*** Task inputs Section Begins ***

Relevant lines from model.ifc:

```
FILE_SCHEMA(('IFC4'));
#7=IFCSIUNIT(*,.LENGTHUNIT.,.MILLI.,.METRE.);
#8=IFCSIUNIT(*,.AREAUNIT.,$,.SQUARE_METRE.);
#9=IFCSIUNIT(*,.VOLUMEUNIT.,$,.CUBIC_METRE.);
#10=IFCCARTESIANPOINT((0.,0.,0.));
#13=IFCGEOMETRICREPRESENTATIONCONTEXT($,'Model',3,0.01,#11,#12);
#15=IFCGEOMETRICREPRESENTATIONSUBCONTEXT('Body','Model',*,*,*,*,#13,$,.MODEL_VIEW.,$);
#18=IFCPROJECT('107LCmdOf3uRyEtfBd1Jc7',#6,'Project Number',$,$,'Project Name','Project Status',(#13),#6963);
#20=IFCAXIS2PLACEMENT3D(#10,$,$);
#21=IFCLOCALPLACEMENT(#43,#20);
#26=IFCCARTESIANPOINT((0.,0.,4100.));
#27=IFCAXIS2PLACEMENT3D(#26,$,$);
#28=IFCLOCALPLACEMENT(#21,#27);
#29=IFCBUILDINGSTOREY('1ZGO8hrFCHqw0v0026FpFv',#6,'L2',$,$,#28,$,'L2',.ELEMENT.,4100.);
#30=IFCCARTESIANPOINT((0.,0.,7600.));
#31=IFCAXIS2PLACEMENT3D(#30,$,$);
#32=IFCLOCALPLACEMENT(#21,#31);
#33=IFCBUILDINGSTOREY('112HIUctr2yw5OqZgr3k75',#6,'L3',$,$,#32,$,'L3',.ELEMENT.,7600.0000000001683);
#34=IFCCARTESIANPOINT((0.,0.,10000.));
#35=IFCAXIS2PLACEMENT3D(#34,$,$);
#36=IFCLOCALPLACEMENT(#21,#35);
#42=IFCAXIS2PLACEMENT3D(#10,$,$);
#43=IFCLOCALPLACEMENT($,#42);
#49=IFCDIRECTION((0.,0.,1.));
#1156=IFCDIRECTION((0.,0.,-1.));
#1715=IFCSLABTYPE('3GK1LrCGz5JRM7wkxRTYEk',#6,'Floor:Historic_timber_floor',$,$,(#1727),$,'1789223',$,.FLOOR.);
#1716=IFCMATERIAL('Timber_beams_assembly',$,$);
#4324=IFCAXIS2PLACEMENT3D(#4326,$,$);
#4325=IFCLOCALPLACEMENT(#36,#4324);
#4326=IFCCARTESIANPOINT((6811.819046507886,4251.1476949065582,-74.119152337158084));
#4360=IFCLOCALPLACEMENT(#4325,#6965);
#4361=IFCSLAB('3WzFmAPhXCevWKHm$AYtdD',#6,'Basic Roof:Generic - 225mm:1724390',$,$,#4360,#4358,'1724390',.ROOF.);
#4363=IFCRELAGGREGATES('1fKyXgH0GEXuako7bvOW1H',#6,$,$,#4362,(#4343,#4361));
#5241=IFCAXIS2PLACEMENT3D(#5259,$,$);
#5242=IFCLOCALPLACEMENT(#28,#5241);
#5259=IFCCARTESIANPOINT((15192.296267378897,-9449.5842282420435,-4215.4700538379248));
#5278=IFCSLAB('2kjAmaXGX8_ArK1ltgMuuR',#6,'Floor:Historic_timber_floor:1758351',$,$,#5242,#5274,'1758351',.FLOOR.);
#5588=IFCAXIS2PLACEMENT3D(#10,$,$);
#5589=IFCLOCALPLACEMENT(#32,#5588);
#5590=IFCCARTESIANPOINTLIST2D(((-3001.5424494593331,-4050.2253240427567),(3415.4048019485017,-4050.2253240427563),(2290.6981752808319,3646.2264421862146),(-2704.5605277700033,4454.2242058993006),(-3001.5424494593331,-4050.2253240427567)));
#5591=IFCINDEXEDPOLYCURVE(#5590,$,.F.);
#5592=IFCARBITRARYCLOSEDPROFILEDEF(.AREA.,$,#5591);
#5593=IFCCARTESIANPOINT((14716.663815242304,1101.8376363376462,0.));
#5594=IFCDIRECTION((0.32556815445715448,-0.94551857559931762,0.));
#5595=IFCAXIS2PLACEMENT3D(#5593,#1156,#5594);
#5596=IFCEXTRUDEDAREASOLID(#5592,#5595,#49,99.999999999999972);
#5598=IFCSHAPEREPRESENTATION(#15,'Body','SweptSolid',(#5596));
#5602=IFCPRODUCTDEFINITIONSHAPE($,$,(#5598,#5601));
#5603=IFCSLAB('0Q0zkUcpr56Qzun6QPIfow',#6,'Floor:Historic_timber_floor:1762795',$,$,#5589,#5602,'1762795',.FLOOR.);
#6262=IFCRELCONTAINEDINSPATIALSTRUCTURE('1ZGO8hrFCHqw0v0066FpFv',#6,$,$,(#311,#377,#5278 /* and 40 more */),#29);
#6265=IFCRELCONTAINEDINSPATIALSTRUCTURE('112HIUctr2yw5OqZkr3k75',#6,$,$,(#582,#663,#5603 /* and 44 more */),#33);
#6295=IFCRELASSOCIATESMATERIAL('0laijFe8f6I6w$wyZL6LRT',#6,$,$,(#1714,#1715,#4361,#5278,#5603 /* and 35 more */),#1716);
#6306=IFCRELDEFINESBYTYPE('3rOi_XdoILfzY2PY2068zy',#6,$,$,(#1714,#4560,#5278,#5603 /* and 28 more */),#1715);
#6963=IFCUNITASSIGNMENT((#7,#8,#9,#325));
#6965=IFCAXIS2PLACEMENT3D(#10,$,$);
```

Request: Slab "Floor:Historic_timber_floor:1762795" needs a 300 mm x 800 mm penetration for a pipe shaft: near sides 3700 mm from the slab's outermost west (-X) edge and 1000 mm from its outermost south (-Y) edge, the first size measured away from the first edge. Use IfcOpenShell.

```python
import numpy as np
import ifcopenshell
import ifcopenshell.api.feature
import ifcopenshell.api.geometry
import ifcopenshell.api.root
import ifcopenshell.geom
import ifcopenshell.util.placement
import ifcopenshell.util.representation
import ifcopenshell.util.shape
import ifcopenshell.util.unit

model = ifcopenshell.open("model.ifc")
unit_scale = ifcopenshell.util.unit.calculate_unit_scale(model)
settings = ifcopenshell.geom.settings()


def volume(element):
    """Net volume in cubic metres, openings subtracted."""
    shape = ifcopenshell.geom.create_shape(settings, element)
    return ifcopenshell.util.shape.get_volume(shape.geometry)


slab = model.by_guid("0Q0zkUcpr56Qzun6QPIfow")
before = volume(slab)

# Extent in the slab's own axes, in metres. The edges named are its -X and -Y sides.
slab_shape = ifcopenshell.geom.create_shape(settings, slab)
vertices = ifcopenshell.util.shape.get_vertices(slab_shape.geometry)
x_min, y_min, bottom = vertices.min(axis=0)
top = vertices[:, 2].max()

opening = ifcopenshell.api.root.create_entity(model, ifc_class="IfcOpeningElement", name="Pipe shaft opening", predefined_type="OPENING")
context = ifcopenshell.util.representation.get_context(model, "Model", "Body", "MODEL_VIEW")
width, depth = 0.3, 0.8
outline = [(0.0, 0.0), (width, 0.0), (width, depth), (0.0, depth), (0.0, 0.0)]
# Overshoot both faces by 50 mm so the cut is clean.
shape = ifcopenshell.api.geometry.add_slab_representation(
    model, context=context, depth=top - bottom + 0.1, polyline=outline
)
ifcopenshell.api.geometry.assign_representation(model, product=opening, representation=shape)

matrix = ifcopenshell.util.placement.get_local_placement(slab.ObjectPlacement)
matrix[:, 3] = matrix @ np.append(np.array([x_min + 3.7, y_min + 1, bottom - 0.05]) / unit_scale, 1.0)
ifcopenshell.api.geometry.edit_object_placement(model, product=opening, matrix=matrix, is_si=False)
ifcopenshell.api.feature.add_feature(model, feature=opening, element=slab)

after = volume(slab)

print(f"slab volume {before:.3f} -> {after:.3f} m3")

model.write("model_rev.ifc")
```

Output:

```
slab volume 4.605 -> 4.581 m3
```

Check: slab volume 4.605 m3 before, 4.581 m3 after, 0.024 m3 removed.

*** Task inputs Section Ends ***

Exercise requirements:
Looking at the records, report the number of lines that hold the string "more", with no other text.

Answer section:
4